Corporate governance is a cornerstone of sustainable business performance. In Vietnam, governance standards are shaped by the Law on Enterprises 2020, the Securities Law 2019, and related decrees, but their application can differ between foreign-owned enterprises (FOEs) and domestically owned enterprises (DOEs). Understanding these similarities and distinctions is important for investors, managers, and policy-makers.
1. Legal Framework
- Common Basis: All enterprises—foreign or domestic—are primarily governed by the Law on Enterprises 2020 (LOE). Provisions on organizational structure, management accountability, shareholder rights, and disclosure apply equally.
- Specific Rules for FOEs: Where foreign capital exceeds 50% or where the enterprise is wholly foreign-owned, additional rules may stem from the Law on Investment 2020 and international treaties (e.g., CPTPP, EVFTA). These regulate market entry and sometimes impose reporting duties to investment authorities.
- Listed Companies: If an enterprise is listed, the Securities Law and corporate governance code issued by the State Securities Commission impose higher transparency and board independence standards, regardless of ownership.
2. Ownership and Control
- Domestic Enterprises often have concentrated ownership (family groups, state-owned corporations). Control is usually exercised directly by founding members or via state representatives.
- Foreign-Owned Enterprises—particularly joint ventures—must balance Vietnamese and foreign shareholders’ interests. Their charters usually include detailed clauses on reserved matters, voting thresholds, and dispute resolution, reflecting cross-border investment practices.
3. Board Structure and Management
- Limited Liability Companies (LLCs): Both FOEs and DOEs may adopt a Members’ Council or a single owner model. However, FOEs frequently appoint foreign managers or board members, requiring bilingual charters and internal rules.
- Joint-Stock Companies (JSCs): Governance follows the “General Meeting – Board of Directors – Supervisory Board (or Audit Committee)” model. FOEs often insist on higher quorum or super-majority requirements to safeguard minority interests.
4. Transparency and Reporting
- FOEs are subject to dual reporting: (i) to the business registration authority, and (ii) to the investment registration authority. They must file annual reports on investment performance in addition to financial statements.
- DOEs only submit corporate reports to the business registrar and tax authority, unless they operate in a regulated sector or are listed.

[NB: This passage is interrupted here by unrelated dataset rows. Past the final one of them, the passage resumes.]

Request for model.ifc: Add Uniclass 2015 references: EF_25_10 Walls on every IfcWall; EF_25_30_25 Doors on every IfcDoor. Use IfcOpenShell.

First a look at what the model holds.

```python
import ifcopenshell

model = ifcopenshell.open("model.ifc")
print(model.schema)
print("classifications:", [c.Name for c in model.by_type("IfcClassification")])
for ifc_class in ("IfcDoor", "IfcRoof", "IfcStair", "IfcWall", "IfcWindow"):
    print(ifc_class, len(model.by_type(ifc_class)))
```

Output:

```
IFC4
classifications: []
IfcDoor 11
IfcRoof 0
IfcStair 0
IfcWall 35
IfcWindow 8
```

```python
import ifcopenshell
import ifcopenshell.api.classification

model = ifcopenshell.open("model.ifc")

system = ifcopenshell.api.classification.add_classification(model, classification="Uniclass 2015")

codes = {
    "IfcWall": ("EF_25_10", "Walls"),
    "IfcDoor": ("EF_25_30_25", "Doors"),
}
for ifc_class, (code, name) in codes.items():
    products = model.by_type(ifc_class)
    ifcopenshell.api.classification.add_reference(
        model, products=products, classification=system, identification=code, name=name
    )
    print(code, len(products))

model.write("model_edited.ifc")
```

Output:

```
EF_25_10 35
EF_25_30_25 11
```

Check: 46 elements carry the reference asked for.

5. Dispute Resolution and Compliance
- Shareholder or member disputes in DOEs typically go through Vietnamese courts or commercial arbitration.
- FOEs often include arbitration clauses (e.g., VIAC, SIAC) in their charters, reflecting foreign investors’ preference for neutral venues. They also tend to adopt compliance programs addressing anti-corruption, competition, and data protection standards consistent with parent-company policies.
6. Policy Trends
Vietnam aims to harmonize governance practices by encouraging adoption of international standards (OECD Principles, ASEAN CG Scorecard) for all enterprises. Draft regulations on related-party transactions and independent directors are likely to reduce gaps between FOEs and DOEs, especially among listed and large non-listed firms.
Conclusion
The fundamentals of corporate governance in Vietnam are uniform, but foreign-owned enterprises often operate under more complex structures and higher transparency expectations due to investment laws and cross-border practices. As Vietnam integrates further into global markets, aligning governance requirements across ownership types will strengthen accountability, investor confidence, and corporate sustainability.